After all they’ve been through together, Gustave never quite got around to asking Verso to move in with him. It’s never felt necessary; when you’ve saved the world and your own messy family together, stressing about keys to a shared apartment never really makes it back onto the agenda.
“Gustave,” Verso calls again - but he’s crawling onto the end of the bed, white shirt in hand, and Gustave’s fairly sure that means he’s winning. “Wake up, mon chéri. The shirt. Yours or mine?”

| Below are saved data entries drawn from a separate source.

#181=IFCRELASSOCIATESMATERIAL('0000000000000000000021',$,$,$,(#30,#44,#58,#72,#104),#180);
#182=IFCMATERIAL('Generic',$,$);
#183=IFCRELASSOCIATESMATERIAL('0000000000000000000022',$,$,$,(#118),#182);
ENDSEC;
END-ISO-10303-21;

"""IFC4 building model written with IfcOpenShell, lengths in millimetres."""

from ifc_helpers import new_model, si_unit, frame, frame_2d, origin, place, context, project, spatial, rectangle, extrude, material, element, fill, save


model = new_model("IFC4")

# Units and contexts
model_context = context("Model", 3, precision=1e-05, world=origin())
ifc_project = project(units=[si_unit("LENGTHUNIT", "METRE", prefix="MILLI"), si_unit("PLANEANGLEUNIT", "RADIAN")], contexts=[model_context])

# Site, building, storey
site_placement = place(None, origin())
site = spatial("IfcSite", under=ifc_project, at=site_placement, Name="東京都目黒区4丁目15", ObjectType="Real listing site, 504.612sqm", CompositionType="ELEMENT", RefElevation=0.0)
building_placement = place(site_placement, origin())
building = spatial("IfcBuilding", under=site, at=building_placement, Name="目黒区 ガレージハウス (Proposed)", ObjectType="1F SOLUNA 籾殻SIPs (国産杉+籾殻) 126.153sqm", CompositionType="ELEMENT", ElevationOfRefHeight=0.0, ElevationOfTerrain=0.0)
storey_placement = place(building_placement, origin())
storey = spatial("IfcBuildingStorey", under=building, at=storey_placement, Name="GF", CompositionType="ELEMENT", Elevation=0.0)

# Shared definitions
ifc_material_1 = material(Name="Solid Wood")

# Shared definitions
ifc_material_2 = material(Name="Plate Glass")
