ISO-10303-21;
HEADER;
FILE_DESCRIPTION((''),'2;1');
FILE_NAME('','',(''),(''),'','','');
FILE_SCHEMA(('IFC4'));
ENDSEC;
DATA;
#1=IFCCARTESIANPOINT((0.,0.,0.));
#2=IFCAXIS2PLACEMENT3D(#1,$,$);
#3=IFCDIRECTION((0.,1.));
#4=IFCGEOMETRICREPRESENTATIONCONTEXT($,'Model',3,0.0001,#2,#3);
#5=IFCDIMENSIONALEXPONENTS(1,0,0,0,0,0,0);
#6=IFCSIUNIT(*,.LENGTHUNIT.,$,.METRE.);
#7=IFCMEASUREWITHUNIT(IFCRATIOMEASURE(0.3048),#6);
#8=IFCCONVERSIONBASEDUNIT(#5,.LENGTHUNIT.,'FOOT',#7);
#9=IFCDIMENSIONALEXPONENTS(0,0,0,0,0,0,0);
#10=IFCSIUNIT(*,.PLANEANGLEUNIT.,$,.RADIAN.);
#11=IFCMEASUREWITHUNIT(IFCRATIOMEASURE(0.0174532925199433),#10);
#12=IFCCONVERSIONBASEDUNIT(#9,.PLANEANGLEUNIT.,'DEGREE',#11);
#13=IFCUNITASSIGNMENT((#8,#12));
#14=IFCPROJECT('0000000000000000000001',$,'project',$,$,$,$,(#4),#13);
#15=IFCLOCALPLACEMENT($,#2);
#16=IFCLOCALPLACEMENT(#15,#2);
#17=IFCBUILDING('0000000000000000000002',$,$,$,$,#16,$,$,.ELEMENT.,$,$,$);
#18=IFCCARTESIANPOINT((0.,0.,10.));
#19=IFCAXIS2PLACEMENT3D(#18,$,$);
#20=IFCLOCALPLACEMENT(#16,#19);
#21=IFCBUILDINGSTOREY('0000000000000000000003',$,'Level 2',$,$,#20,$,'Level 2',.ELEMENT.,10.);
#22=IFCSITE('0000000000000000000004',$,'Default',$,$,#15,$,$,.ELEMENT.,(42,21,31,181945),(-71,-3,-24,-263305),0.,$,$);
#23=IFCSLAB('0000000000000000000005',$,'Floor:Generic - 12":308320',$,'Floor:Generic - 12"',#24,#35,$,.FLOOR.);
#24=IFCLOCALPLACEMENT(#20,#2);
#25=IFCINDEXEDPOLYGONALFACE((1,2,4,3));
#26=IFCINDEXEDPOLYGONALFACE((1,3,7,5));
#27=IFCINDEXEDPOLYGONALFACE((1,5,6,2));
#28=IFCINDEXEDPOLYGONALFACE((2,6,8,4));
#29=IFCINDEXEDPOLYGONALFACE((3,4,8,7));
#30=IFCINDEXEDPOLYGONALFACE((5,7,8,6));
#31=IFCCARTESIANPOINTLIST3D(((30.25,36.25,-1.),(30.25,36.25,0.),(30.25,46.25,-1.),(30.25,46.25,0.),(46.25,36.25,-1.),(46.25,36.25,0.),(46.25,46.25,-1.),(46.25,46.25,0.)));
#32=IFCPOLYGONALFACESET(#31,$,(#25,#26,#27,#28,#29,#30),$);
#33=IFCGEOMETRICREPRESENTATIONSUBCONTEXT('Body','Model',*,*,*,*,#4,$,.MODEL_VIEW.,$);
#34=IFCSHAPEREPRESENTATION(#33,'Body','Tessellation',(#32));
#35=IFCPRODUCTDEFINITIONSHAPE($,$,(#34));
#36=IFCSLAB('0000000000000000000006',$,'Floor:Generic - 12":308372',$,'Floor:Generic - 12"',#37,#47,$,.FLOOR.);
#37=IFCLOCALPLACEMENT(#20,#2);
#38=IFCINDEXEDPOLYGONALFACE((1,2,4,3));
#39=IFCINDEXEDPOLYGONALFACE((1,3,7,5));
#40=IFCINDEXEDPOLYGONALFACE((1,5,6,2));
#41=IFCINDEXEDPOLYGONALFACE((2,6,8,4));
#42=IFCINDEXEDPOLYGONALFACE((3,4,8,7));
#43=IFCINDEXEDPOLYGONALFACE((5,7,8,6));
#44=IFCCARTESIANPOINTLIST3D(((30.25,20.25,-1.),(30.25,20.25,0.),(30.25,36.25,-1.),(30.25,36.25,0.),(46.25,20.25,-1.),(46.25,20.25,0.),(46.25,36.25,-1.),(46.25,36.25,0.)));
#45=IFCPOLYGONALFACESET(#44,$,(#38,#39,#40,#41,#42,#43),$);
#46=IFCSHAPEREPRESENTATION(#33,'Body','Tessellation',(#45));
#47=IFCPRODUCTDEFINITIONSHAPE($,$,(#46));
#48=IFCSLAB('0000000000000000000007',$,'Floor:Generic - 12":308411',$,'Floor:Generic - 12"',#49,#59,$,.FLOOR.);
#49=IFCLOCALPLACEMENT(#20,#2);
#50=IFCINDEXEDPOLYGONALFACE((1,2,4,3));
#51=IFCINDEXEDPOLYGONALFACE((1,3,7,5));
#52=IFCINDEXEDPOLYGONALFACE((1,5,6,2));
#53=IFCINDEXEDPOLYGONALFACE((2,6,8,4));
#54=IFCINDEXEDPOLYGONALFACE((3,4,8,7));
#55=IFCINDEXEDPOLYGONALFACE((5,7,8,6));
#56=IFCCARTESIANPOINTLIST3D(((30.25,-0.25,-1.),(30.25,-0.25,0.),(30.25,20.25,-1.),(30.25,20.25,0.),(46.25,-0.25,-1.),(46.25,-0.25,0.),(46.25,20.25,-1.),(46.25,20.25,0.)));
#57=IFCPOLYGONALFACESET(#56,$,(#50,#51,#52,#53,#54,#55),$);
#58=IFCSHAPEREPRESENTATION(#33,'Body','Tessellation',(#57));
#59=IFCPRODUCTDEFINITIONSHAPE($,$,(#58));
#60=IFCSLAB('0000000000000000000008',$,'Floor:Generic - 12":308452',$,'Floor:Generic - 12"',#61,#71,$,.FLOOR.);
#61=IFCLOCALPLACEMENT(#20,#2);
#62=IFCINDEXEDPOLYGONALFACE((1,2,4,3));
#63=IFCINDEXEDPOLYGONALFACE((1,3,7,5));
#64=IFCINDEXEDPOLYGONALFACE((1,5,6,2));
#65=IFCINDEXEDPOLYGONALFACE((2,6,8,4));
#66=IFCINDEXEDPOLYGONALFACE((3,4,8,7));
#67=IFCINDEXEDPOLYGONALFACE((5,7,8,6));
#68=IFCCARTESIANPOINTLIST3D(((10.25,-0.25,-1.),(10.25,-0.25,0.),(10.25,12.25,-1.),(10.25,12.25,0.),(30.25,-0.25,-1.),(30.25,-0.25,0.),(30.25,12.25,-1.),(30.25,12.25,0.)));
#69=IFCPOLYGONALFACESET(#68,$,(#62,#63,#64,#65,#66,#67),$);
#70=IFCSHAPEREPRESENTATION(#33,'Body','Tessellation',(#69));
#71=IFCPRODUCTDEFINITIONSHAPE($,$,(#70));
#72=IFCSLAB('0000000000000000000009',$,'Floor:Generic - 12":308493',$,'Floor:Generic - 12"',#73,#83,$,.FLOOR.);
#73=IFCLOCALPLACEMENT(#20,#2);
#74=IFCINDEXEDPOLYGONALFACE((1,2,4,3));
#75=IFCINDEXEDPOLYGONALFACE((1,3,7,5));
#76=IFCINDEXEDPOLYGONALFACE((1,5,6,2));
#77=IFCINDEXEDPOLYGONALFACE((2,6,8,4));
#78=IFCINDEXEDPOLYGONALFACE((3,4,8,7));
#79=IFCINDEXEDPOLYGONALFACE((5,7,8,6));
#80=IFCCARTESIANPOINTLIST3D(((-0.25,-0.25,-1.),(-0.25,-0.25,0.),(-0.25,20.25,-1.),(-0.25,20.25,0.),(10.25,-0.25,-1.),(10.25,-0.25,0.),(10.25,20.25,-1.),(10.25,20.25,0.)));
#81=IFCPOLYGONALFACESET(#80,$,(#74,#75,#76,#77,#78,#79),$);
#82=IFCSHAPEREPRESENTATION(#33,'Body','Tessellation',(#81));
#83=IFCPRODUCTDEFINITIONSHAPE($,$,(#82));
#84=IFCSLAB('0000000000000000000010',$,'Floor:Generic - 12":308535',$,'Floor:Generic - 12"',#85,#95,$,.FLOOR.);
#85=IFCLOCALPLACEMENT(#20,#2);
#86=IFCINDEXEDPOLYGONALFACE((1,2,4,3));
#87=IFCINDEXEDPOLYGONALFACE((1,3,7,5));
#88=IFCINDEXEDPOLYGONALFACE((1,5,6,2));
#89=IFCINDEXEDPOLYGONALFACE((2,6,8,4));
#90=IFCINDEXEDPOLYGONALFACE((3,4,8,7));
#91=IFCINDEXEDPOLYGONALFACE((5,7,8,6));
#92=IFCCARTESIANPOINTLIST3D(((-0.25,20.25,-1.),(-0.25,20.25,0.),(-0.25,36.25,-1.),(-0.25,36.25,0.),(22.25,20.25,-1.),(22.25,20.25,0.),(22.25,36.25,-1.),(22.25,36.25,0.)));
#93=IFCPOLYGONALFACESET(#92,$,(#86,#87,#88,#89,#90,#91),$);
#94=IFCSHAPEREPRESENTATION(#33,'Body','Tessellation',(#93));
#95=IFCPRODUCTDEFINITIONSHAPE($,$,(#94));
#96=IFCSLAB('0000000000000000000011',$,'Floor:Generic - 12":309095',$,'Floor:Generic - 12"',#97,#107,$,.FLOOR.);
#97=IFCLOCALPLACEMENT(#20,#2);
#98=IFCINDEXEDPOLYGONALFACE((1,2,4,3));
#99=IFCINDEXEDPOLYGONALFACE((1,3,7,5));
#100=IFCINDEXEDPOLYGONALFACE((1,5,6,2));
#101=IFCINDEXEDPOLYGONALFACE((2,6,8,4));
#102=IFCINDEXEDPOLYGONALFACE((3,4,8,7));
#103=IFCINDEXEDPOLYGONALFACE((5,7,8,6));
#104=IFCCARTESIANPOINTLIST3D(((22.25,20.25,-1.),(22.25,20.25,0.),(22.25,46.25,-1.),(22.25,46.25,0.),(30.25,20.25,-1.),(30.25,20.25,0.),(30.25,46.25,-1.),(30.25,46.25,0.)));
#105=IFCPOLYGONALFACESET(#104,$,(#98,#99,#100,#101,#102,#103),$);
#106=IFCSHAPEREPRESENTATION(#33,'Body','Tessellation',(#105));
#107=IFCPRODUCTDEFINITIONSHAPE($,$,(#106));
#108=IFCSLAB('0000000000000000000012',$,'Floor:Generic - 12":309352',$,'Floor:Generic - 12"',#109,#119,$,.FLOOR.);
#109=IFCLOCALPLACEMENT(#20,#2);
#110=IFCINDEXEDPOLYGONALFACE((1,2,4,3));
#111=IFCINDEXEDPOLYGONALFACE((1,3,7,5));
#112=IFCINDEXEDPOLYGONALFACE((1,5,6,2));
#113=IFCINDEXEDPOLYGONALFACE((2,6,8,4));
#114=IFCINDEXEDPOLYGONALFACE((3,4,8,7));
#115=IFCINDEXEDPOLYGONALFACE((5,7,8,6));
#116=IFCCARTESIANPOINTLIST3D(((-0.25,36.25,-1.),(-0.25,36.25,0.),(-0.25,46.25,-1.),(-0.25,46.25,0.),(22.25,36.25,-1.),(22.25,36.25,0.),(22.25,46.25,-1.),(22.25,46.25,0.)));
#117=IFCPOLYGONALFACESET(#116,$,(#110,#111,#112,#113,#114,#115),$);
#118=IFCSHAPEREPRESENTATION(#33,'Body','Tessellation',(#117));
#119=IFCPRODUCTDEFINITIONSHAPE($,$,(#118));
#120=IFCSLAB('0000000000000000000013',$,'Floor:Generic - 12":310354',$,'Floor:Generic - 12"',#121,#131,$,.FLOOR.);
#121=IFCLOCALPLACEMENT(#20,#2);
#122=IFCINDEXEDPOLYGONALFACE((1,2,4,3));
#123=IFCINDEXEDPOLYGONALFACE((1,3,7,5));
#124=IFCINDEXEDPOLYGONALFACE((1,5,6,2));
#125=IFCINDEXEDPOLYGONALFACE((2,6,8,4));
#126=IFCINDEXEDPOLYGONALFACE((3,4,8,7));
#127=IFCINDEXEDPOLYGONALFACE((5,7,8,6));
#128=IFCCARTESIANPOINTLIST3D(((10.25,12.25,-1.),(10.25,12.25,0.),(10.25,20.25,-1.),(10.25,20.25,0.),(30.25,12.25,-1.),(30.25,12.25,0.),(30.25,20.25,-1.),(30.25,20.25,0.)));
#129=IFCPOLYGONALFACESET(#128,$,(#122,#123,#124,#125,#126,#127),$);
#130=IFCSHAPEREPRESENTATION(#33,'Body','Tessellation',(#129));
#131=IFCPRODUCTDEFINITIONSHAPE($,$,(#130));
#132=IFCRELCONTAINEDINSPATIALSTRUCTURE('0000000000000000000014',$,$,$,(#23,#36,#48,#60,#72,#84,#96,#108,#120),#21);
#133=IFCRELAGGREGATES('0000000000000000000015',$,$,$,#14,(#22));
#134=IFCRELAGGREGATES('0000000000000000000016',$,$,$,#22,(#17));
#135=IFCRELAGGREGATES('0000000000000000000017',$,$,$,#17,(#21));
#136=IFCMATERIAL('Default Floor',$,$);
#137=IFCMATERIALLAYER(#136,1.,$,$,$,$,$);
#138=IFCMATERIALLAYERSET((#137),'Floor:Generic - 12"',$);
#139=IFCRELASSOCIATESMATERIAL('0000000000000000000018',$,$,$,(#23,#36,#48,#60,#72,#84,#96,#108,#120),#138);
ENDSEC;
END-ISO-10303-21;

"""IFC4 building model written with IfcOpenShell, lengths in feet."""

from ifc_helpers import new_model, entity, si_unit, converted_unit, direction, frame, frame_2d, origin, place, context, subcontext, project, spatial, rectangle, extrude, material, layer, layer_set, layer_usage, element, save


model = new_model("IFC4")

# Units and contexts
model_context = context("Model", 3, precision=0.0001, world=origin(), true_north=direction((0.0, 1.0)))
body_context = subcontext(model_context, "Body", "Model", "MODEL_VIEW")
ifc_project = project(units=[converted_unit("LENGTHUNIT", "FOOT", entity("IfcRatioMeasure", 0.3048), si_unit("LENGTHUNIT", "METRE"), dimensions=[1, 0, 0, 0, 0, 0, 0]), converted_unit("PLANEANGLEUNIT", "DEGREE", entity("IfcRatioMeasure", 0.0174532925199433), si_unit("PLANEANGLEUNIT", "RADIAN"), dimensions=[0, 0, 0, 0, 0, 0, 0])], contexts=[model_context])

# Site, building, storey
site_placement = place(None, origin())
site = spatial("IfcSite", under=ifc_project, at=site_placement, Name="Default", CompositionType="ELEMENT", RefLatitude=(42, 21, 31, 181945), RefLongitude=(-71, -3, -24, -263305), RefElevation=0.0)
building_placement = place(site_placement, origin())
building = spatial("IfcBuilding", under=site, at=building_placement, CompositionType="ELEMENT")
storey_placement = place(building_placement, frame((0.0, 0.0, 10.0)))
storey = spatial("IfcBuildingStorey", under=building, at=storey_placement, Name="Level 2", LongName="Level 2", CompositionType="ELEMENT", Elevation=10.0)

# Slabs
ifc_material = material(Name="Default Floor")
ifc_layer = layer(ifc_material, 1.0)
ifc_layer_set = layer_set([ifc_layer], Name="Floor:Generic - 12\"")
ifc_layer_usage_1 = layer_usage(ifc_layer_set, "AXIS3", "POSITIVE", 0.0)
slab_1_placement = place(storey_placement, origin())
element("IfcSlab", 1, at=slab_1_placement, inside=storey, material=ifc_layer_usage_1, Name="Floor:Generic - 12\":308320", ObjectType="Floor:Generic - 12\"", PredefinedType="FLOOR", context=body_context, shape_type="SweptSolid", body=[
    extrude(rectangle(XDim=10.0, YDim=16.0, at=frame_2d((0.0, 0.0), x_axis=(1.0, 0.0))), frame((38.25, 41.25, 0.0), z_axis=(0.0, 0.0, -1.0), x_axis=(0.0, 1.0, 0.0)), (0.0, 0.0, 1.0), 1.0),
])
ifc_layer_usage_2 = layer_usage(ifc_layer_set, "AXIS3", "POSITIVE", 0.0)
slab_2_placement = place(storey_placement, origin())
element("IfcSlab", 2, at=slab_2_placement, inside=storey, material=ifc_layer_usage_2, Name="Floor:Generic - 12\":308372", ObjectType="Floor:Generic - 12\"", PredefinedType="FLOOR", context=body_context, shape_type="SweptSolid", body=[
    extrude(rectangle(XDim=16.0, YDim=16.0, at=frame_2d((0.0, 0.0), x_axis=(1.0, 0.0))), frame((38.25, 28.25, 0.0), z_axis=(0.0, 0.0, -1.0), x_axis=(0.0, 1.0, 0.0)), (0.0, 0.0, 1.0), 1.0),
])
ifc_layer_usage_3 = layer_usage(ifc_layer_set, "AXIS3", "POSITIVE", 0.0)
slab_3_placement = place(storey_placement, origin())
element("IfcSlab", 3, at=slab_3_placement, inside=storey, material=ifc_layer_usage_3, Name="Floor:Generic - 12\":308411", ObjectType="Floor:Generic - 12\"", PredefinedType="FLOOR", context=body_context, shape_type="SweptSolid", body=[
    extrude(rectangle(XDim=20.5, YDim=16.0, at=frame_2d((0.0, 0.0), x_axis=(1.0, 0.0))), frame((38.25, 10.0, 0.0), z_axis=(0.0, 0.0, -1.0), x_axis=(0.0, 1.0, 0.0)), (0.0, 0.0, 1.0), 1.0),
])
ifc_layer_usage_4 = layer_usage(ifc_layer_set, "AXIS3", "POSITIVE", 0.0)
slab_4_placement = place(storey_placement, origin())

Trying not to get distracted by the admittedly very distracting dip of Verso’s collarbone, Gustave sits up and reaches for the shirt instead. He pretends to evaluate it for a moment, taking in the soft fabric and well-made stitching, before he shrugs and slides one arm through a sleeve. He follows it up with the other and leaves the shirt draped open in the front, an accidental frame for his own bare torso.
Verso’s the one staring at his collarbones this time.
Gustave’s absolutely winning whatever this non-competition might be.
“Yours or mine,” he repeats thoughtfully, while Verso’s crawling closer up the bed to get a better look. “Is there a difference any more?”
He gets a distracted hum in return - and that’s his only warning before Verso pounces, apparently deciding that they can brawl it out to work out whose shirt it can be for the day.
They’re late to their coffee date with Sciel and Lune.
Their shared wardrobe might be the start of a whole new problem.